6. The device according to claim 4, and further comprising a control unit by means of which one of the means for cooling the polymer strand, a position of the cutting means, and a combination thereof are adjusted.

7. The device according to claim 1, wherein the polymer is a thermoplastic polymer.

8. A method for the production of a polymer granulate, comprising continuously producing a polymer strand from a polymer melt and of cutting the resultant polymer strand into a polymer granulate, and variably adjusting the period between the production of the polymer strand and the cutting step by varying the distance of a cutting means relative to a means for producing the polymer strand.

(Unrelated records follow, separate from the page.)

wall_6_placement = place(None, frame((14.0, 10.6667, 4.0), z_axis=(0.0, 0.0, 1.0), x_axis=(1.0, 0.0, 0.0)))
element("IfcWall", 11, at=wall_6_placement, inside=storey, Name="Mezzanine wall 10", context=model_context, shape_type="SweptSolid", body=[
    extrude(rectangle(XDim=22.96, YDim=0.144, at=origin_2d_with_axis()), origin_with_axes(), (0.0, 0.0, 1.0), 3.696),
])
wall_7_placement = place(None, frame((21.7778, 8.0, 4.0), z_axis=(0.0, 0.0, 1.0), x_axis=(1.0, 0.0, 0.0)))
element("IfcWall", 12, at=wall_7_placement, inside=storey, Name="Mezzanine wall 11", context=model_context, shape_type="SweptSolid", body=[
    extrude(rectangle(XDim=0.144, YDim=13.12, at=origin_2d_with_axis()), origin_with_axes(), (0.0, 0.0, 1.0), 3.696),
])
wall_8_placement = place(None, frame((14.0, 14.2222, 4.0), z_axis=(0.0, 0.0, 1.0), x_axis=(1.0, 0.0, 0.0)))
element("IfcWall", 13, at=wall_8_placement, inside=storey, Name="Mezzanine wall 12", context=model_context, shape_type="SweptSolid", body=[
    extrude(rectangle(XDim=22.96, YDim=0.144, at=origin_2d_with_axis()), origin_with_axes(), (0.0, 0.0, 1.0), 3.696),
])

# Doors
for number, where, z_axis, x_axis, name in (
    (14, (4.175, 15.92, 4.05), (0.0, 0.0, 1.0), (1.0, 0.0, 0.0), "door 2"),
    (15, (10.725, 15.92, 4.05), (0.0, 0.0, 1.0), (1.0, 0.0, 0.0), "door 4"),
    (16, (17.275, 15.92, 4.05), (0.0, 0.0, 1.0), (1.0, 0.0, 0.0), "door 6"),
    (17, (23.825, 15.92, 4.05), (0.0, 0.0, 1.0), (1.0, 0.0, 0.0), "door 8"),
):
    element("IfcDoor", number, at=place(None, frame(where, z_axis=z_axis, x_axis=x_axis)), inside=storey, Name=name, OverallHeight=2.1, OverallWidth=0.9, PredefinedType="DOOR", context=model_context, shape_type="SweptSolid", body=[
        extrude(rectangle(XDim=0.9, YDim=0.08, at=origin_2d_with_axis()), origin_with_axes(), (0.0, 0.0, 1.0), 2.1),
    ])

9. The method according to claim 8, wherein the method is a screw kneading and extrusion method with a downstream solid-matter granulation.

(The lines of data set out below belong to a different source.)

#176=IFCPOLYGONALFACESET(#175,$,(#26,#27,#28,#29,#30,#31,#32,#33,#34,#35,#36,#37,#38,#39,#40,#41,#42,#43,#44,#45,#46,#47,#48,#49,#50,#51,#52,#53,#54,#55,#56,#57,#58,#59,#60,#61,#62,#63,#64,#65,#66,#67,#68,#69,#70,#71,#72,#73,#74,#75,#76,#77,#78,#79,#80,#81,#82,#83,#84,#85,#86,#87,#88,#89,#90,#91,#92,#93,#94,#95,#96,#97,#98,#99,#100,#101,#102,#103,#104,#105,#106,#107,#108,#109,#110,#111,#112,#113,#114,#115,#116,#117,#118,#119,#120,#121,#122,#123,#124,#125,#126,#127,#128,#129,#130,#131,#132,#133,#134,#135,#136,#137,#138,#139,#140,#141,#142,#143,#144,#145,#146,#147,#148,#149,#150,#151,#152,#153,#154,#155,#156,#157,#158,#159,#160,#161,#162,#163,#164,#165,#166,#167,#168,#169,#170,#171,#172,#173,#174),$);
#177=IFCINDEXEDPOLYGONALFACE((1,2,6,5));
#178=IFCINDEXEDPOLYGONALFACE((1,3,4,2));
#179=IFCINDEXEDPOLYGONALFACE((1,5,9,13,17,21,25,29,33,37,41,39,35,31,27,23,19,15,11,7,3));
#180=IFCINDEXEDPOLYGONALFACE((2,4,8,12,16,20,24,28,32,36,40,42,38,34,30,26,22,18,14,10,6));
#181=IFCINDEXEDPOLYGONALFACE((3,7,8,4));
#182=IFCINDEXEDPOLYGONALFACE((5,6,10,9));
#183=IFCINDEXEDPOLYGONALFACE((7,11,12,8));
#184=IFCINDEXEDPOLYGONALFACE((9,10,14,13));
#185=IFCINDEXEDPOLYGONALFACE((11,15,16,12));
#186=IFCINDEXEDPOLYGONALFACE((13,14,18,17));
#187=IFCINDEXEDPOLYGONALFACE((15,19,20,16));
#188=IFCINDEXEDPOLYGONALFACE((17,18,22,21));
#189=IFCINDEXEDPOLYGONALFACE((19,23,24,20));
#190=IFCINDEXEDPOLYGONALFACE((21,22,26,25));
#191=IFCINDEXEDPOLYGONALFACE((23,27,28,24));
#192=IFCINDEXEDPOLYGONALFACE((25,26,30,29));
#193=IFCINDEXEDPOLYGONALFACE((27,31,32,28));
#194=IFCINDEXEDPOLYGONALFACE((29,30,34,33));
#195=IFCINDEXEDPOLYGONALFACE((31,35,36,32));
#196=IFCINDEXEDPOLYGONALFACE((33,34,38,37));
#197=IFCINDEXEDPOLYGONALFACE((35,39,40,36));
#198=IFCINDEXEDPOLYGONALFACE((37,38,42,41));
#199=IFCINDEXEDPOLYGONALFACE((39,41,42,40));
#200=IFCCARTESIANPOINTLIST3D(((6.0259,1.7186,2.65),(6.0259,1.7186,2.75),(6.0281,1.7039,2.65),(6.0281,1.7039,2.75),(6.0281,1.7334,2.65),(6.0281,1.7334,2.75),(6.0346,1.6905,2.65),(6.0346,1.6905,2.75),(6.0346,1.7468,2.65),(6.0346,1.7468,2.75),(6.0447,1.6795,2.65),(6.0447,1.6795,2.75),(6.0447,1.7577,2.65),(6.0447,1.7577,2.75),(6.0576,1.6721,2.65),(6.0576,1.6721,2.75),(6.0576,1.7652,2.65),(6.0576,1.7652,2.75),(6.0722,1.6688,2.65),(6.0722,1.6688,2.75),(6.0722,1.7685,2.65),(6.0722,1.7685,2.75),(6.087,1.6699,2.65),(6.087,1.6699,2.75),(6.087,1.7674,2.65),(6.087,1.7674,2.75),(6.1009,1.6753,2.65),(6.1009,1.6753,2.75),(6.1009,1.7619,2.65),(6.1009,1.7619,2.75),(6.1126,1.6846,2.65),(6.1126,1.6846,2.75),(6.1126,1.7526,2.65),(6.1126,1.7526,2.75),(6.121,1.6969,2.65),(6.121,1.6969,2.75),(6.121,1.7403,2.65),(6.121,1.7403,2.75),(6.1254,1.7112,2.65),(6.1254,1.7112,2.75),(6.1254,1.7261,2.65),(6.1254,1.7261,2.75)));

10. The method according to claim 8, and further comprising cooling the polymer strand, the cooling being carried out at least partially between the step of producing the polymer strand and the cutting step.

11. The method according to claim 10, and further comprising measuring the temperature of the polymer strand immediately prior to the cutting step.

12. The method according to claim 11, and further comprising a control step, in which one of the cooling temperature of the means for cooling the polymer strand, a distance between the means for producing the polymer strand and the cutting means, and a combination thereof is adjusted by a movement of the cutting means, wherein the temperature of the polymer strand immediately prior to the cutting step is used as control variable.

13. The method according to claim 8, and wherein the polymer is a thermoplastic polymer.

14. The method according to claim 12, wherein the cooling temperature of the means for cooling the polymer strand, a distance between the means for producing the polymer strand and the cutting means, and a combination thereof is adjusted in such a way that the time-related temperature variation of the polymer strand immediately prior to the cutting step is in the range of 50° C. or less.

15. The device according to claim 3, wherein the means for cooling the polymer strand comprises one of a water cooling bath and a cooling unit.

16. The device according to claim 4, wherein the sensor comprises a non-contact, optical temperature sensor.

17. The device according to claim 7 wherein the thermoplastic polymer is selected from the group consisting of polyesters, polystyrenes, polyolefins, polyamides, polycarbonates, and copolymers thereof.

18. The device according to claim 7, wherein the thermoplastic polymer is redacted from the group consisting of Polyethylene terephthalate, polypropylene, polyethylene, and copolymers thereof.

19. The method according to claim 10, wherein the cooling is performed by water cooling.

20. The method according to claim 11, wherein the measuring the temperature is performed by means of a non-contact, optical temperature measurement.

21. The method according to claim 13, wherein the thermoplastic polymer is selected from the group consisting of polyesters, polystyrenes, polyolefins, polyamides, polycarbonate, and copolymers thereof.

22. The method according to claim 13, wherein the thermoplastic polymer is selected from the group consisting polyethylene terephthalate, polypropylene, polyethylene, and copolymers thereof.

23. The method according to claim 14, wherein the time related temperature variation is 30° C. or less.

24. The method according to claim 21, wherein the time related temperature variation is 10° C. or less.